→ **DESCRIPTION OF THE TASK**: Restate word for word the lines of the material below, from the line with "#169=IFCSHAPEREPRESENTATION(#36,'Body','Tessellation',(#168));" to the line with "#177=IFCINDEXEDPOLYGONALFACE((3,4,8,7));", both lines included, and no others.
Top of RECORDS SHOWN
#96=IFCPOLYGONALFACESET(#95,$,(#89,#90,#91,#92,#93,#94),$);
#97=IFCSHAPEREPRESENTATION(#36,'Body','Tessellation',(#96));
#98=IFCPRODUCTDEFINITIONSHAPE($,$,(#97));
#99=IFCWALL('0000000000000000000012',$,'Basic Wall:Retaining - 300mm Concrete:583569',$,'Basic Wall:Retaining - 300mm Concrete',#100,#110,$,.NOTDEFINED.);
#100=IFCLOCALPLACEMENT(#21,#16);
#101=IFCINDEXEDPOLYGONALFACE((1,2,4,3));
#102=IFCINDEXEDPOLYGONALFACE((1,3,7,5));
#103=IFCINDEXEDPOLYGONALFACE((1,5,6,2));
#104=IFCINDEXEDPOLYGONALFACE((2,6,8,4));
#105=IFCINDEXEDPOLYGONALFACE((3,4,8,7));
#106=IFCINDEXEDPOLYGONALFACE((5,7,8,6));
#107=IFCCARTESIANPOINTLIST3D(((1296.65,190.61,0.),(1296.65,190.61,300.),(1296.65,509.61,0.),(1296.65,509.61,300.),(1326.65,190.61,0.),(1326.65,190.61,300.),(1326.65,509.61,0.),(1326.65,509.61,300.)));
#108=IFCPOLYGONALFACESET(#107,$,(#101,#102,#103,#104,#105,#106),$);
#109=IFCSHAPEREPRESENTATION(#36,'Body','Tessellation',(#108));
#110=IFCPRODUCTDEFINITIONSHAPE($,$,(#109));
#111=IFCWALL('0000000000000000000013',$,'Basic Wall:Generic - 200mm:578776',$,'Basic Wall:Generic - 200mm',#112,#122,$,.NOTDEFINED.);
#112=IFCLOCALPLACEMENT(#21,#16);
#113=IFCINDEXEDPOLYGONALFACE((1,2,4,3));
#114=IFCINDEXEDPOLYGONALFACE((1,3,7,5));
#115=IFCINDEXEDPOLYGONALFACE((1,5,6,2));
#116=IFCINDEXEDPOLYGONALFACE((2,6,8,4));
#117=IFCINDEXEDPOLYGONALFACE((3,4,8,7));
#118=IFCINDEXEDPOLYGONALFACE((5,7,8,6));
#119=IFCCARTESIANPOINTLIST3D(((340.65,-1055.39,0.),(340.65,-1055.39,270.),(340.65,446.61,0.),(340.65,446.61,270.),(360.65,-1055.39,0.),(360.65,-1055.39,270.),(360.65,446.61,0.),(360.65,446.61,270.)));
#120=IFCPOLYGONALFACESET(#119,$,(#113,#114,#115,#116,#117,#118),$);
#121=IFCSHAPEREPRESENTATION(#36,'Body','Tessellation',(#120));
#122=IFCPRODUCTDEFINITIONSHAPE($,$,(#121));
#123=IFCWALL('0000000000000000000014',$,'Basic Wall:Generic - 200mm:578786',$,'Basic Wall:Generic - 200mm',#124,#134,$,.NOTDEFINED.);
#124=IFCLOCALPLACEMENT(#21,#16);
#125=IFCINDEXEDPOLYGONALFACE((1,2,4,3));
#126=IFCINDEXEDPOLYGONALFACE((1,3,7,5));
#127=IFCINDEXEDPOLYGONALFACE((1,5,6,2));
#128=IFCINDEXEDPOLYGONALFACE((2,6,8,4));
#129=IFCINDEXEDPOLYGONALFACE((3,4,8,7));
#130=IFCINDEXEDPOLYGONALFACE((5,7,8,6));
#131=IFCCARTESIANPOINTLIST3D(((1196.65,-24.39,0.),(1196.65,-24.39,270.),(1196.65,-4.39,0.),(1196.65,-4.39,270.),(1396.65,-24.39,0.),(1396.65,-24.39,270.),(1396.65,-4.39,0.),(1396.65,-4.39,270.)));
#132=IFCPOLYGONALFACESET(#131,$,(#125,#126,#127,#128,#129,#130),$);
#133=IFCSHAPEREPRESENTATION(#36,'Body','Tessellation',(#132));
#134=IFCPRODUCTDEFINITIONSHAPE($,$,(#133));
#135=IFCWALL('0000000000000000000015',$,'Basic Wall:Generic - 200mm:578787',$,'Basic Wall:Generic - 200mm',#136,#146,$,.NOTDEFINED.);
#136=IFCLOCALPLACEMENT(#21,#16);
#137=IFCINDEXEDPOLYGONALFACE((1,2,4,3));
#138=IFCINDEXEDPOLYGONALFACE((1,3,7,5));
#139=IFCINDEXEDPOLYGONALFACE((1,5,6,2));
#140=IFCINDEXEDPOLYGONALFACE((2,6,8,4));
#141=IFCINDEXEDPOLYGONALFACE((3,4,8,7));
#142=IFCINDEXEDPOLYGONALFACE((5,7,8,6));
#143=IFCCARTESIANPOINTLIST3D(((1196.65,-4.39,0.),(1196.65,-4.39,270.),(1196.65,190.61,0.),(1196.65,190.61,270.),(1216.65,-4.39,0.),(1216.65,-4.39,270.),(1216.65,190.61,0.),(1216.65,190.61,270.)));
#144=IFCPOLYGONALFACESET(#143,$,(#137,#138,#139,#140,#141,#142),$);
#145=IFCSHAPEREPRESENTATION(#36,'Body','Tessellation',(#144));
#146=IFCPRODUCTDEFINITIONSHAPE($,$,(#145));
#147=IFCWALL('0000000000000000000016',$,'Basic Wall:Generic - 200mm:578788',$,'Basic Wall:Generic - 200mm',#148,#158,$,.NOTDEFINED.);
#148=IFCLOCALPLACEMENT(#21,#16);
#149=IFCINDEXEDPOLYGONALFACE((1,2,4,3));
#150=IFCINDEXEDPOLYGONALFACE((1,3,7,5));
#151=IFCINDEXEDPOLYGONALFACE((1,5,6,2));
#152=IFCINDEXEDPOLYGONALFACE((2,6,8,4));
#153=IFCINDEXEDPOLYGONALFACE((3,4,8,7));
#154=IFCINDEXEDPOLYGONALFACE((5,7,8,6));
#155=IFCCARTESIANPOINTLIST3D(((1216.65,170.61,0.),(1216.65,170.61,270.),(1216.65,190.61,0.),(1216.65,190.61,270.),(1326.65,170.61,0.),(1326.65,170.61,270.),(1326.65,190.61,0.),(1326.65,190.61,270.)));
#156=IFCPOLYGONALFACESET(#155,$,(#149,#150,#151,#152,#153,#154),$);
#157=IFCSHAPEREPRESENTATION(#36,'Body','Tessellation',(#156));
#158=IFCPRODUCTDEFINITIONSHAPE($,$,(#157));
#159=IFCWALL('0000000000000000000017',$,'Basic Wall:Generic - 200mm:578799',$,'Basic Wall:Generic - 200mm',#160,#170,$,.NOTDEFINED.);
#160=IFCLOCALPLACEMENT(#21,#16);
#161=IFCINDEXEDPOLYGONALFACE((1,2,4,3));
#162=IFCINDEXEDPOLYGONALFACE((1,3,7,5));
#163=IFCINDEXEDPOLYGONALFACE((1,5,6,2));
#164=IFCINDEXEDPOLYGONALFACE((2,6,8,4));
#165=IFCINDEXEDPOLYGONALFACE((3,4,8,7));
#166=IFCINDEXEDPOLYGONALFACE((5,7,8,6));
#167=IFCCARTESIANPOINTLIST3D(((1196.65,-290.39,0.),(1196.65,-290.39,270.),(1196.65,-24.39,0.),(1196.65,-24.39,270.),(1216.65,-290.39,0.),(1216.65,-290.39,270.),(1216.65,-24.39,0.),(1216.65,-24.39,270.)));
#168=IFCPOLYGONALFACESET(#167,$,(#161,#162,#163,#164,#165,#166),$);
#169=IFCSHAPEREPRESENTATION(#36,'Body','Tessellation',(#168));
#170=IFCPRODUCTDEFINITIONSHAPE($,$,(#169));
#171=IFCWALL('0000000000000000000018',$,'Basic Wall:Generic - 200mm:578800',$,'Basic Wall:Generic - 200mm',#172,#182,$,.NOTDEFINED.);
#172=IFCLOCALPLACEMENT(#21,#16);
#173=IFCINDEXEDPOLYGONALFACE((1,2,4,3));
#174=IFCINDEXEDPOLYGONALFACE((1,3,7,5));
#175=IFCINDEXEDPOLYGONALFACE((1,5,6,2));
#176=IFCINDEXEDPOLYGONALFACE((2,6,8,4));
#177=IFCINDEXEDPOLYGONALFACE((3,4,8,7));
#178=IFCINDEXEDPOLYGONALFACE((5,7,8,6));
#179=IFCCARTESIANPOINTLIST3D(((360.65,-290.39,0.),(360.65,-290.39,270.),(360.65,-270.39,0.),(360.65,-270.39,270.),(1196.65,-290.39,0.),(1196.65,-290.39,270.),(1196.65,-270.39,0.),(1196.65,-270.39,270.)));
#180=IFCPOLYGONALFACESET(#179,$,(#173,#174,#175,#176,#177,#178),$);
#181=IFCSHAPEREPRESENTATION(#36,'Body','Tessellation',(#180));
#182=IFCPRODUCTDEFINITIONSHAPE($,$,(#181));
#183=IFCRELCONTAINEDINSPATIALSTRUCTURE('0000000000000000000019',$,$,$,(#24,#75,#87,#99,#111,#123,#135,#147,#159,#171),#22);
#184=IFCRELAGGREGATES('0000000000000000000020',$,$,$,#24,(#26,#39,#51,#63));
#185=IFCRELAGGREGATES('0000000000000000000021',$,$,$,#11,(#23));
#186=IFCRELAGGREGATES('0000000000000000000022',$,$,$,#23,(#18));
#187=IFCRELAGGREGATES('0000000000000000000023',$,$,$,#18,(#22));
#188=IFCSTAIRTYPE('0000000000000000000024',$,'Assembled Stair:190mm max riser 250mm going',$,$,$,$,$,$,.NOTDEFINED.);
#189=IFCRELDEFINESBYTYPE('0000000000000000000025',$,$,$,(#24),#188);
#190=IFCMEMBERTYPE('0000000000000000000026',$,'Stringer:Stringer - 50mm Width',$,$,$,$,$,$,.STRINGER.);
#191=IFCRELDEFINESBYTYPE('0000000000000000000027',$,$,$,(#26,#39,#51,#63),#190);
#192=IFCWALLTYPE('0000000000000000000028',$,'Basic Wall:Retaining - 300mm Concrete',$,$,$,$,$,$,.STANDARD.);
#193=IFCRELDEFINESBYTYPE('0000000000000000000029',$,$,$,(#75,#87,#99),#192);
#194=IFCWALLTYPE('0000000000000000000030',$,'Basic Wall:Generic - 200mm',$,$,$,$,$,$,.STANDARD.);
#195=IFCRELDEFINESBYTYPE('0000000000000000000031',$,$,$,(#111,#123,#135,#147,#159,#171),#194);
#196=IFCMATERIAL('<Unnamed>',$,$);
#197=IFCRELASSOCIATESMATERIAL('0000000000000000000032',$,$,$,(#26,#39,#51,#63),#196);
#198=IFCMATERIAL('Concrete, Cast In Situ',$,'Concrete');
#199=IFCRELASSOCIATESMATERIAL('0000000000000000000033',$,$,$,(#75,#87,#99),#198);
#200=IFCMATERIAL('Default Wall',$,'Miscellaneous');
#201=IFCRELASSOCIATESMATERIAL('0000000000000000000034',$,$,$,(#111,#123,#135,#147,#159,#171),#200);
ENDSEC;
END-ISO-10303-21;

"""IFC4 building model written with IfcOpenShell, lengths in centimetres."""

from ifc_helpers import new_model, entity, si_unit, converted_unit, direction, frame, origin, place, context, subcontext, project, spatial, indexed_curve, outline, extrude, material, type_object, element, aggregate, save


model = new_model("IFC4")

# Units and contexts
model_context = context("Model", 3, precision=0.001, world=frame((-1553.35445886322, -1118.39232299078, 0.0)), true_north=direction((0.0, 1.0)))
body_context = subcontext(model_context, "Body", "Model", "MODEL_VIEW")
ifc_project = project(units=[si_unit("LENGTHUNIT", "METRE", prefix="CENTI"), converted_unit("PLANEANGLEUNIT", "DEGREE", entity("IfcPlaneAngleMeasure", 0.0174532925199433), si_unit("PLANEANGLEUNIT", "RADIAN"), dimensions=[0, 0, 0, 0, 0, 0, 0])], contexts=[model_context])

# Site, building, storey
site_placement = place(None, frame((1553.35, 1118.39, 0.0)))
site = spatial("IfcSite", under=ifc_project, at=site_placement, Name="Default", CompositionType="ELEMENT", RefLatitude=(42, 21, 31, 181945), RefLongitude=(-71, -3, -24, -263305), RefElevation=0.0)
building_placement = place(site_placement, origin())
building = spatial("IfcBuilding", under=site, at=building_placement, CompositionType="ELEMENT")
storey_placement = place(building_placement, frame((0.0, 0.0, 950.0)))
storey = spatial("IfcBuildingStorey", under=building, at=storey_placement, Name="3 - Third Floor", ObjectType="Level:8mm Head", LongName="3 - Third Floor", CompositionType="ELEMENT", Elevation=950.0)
Bottom of RECORDS SHOWN
→ **ANSWER TO THIS PROBLEM**:
#169=IFCSHAPEREPRESENTATION(#36,'Body','Tessellation',(#168));
#170=IFCPRODUCTDEFINITIONSHAPE($,$,(#169));
#171=IFCWALL('0000000000000000000018',$,'Basic Wall:Generic - 200mm:578800',$,'Basic Wall:Generic - 200mm',#172,#182,$,.NOTDEFINED.);
#172=IFCLOCALPLACEMENT(#21,#16);
#173=IFCINDEXEDPOLYGONALFACE((1,2,4,3));
#174=IFCINDEXEDPOLYGONALFACE((1,3,7,5));
#175=IFCINDEXEDPOLYGONALFACE((1,5,6,2));
#176=IFCINDEXEDPOLYGONALFACE((2,6,8,4));
#177=IFCINDEXEDPOLYGONALFACE((3,4,8,7));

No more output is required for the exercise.